:: Given information ::

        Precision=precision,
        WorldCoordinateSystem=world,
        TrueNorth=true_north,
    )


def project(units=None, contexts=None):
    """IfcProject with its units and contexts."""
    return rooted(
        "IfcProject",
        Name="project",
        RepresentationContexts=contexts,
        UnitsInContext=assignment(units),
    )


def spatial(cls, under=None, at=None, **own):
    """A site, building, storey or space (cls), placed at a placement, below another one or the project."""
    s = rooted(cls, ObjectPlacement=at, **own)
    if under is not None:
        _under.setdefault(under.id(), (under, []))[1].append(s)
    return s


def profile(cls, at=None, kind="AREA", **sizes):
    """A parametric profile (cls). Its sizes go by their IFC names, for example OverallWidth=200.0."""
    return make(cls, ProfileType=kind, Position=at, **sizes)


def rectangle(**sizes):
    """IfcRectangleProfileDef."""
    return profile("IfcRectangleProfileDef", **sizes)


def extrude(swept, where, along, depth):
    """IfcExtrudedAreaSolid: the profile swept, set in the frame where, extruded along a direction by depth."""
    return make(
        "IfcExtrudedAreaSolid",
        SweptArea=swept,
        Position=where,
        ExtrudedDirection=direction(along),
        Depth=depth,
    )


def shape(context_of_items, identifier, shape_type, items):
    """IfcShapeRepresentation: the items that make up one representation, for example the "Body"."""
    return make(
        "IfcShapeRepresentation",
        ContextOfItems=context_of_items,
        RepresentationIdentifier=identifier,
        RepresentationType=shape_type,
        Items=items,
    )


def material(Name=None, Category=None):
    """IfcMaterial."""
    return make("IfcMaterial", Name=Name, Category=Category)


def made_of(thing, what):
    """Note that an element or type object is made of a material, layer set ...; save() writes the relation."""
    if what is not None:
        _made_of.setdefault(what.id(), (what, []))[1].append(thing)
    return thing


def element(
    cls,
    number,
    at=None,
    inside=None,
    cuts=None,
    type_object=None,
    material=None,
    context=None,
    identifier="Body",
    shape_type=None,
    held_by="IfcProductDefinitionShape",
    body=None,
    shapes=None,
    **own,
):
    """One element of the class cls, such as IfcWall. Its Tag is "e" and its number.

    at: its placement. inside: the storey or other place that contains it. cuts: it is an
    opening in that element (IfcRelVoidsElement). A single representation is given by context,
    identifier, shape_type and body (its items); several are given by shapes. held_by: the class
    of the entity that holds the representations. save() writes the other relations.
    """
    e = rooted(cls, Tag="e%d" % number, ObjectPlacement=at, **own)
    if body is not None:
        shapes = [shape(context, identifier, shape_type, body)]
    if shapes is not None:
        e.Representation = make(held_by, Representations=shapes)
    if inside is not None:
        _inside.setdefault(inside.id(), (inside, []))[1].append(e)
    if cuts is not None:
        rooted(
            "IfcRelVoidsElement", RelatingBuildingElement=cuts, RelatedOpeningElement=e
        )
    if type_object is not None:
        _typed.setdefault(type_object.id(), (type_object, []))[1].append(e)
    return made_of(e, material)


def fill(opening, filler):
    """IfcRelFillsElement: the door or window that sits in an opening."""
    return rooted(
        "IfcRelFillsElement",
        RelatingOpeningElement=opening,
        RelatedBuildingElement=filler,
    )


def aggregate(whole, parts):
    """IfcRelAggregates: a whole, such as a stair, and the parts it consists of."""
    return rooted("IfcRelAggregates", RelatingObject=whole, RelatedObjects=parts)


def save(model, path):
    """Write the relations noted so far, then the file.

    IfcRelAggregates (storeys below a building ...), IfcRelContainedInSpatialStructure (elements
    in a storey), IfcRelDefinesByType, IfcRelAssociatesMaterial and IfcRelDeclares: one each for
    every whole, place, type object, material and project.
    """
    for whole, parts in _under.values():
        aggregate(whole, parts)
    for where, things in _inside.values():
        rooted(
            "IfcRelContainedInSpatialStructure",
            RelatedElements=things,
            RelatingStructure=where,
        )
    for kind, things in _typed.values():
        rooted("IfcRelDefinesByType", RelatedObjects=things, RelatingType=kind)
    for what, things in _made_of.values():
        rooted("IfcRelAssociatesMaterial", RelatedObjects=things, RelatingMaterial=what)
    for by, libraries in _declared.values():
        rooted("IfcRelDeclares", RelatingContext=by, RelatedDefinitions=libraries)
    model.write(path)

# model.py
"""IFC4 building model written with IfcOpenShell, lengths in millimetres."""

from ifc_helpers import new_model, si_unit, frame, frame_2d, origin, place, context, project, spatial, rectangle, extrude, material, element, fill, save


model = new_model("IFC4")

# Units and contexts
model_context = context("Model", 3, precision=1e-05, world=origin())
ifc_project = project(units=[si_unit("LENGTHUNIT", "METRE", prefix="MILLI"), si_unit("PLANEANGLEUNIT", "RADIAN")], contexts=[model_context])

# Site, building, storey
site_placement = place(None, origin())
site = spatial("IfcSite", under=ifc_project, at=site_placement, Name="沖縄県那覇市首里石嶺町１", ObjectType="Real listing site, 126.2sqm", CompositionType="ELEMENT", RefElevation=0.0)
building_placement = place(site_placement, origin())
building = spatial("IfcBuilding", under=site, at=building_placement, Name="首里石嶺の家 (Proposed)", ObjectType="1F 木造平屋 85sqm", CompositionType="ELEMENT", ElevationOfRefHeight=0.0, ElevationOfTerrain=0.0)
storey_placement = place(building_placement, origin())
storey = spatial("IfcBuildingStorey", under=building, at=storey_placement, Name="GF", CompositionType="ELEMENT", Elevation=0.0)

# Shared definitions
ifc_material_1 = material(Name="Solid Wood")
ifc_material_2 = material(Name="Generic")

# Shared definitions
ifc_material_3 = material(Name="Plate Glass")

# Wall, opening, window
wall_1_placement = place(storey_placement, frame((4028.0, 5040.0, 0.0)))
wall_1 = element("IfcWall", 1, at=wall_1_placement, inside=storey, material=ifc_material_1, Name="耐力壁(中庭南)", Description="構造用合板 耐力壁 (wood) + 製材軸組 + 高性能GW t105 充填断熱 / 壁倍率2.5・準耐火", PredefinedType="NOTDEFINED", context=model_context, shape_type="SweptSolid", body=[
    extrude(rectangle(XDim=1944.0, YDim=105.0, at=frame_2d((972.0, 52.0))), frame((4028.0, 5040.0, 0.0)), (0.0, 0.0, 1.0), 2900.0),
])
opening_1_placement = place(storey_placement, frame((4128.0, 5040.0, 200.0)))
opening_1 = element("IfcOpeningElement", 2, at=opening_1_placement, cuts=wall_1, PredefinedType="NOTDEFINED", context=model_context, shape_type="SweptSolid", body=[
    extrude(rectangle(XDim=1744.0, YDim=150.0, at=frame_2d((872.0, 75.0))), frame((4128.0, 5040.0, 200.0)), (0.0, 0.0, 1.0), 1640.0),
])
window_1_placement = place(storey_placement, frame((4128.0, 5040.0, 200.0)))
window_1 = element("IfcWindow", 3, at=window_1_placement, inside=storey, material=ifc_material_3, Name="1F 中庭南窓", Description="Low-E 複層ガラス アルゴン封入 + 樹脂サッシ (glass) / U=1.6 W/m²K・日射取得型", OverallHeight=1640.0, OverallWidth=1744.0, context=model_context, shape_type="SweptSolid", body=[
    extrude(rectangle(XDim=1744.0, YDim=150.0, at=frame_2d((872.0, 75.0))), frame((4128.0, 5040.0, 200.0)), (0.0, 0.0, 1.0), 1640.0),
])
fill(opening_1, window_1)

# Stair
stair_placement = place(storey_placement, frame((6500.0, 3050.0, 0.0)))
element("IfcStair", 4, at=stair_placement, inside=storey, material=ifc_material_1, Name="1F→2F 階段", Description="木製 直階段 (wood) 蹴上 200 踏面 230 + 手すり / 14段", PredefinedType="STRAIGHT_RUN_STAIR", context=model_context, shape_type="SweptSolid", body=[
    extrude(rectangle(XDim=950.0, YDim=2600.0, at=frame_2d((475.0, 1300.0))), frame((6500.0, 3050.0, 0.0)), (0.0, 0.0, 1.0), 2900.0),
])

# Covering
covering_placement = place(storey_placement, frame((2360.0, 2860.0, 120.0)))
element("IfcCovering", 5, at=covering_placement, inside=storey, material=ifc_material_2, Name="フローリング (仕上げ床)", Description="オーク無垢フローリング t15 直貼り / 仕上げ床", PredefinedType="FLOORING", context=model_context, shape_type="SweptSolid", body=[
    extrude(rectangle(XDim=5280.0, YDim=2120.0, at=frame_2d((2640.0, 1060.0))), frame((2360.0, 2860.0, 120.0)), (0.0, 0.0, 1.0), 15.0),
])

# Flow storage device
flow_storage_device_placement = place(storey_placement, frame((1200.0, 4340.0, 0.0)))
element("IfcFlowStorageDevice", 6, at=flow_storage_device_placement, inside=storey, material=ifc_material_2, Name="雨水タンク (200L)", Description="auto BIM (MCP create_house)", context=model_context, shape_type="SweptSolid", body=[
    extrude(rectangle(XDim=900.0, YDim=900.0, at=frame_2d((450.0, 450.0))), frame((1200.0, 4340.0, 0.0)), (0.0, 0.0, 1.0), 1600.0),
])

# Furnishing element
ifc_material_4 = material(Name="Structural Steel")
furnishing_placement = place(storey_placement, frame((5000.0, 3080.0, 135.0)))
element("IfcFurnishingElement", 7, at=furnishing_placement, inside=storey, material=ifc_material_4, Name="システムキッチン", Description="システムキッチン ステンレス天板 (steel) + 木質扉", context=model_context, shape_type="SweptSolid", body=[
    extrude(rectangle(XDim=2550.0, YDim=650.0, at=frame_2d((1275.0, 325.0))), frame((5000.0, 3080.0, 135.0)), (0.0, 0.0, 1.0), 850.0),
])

:::

Lines holding the word "PredefinedType" should be copied from the entries above.

> Result of this task
wall_1 = element("IfcWall", 1, at=wall_1_placement, inside=storey, material=ifc_material_1, Name="耐力壁(中庭南)", Description="構造用合板 耐力壁 (wood) + 製材軸組 + 高性能GW t105 充填断熱 / 壁倍率2.5・準耐火", PredefinedType="NOTDEFINED", context=model_context, shape_type="SweptSolid", body=[
opening_1 = element("IfcOpeningElement", 2, at=opening_1_placement, cuts=wall_1, PredefinedType="NOTDEFINED", context=model_context, shape_type="SweptSolid", body=[
element("IfcStair", 4, at=stair_placement, inside=storey, material=ifc_material_1, Name="1F→2F 階段", Description="木製 直階段 (wood) 蹴上 200 踏面 230 + 手すり / 14段", PredefinedType="STRAIGHT_RUN_STAIR", context=model_context, shape_type="SweptSolid", body=[
element("IfcCovering", 5, at=covering_placement, inside=storey, material=ifc_material_2, Name="フローリング (仕上げ床)", Description="オーク無垢フローリング t15 直貼り / 仕上げ床", PredefinedType="FLOORING", context=model_context, shape_type="SweptSolid", body=[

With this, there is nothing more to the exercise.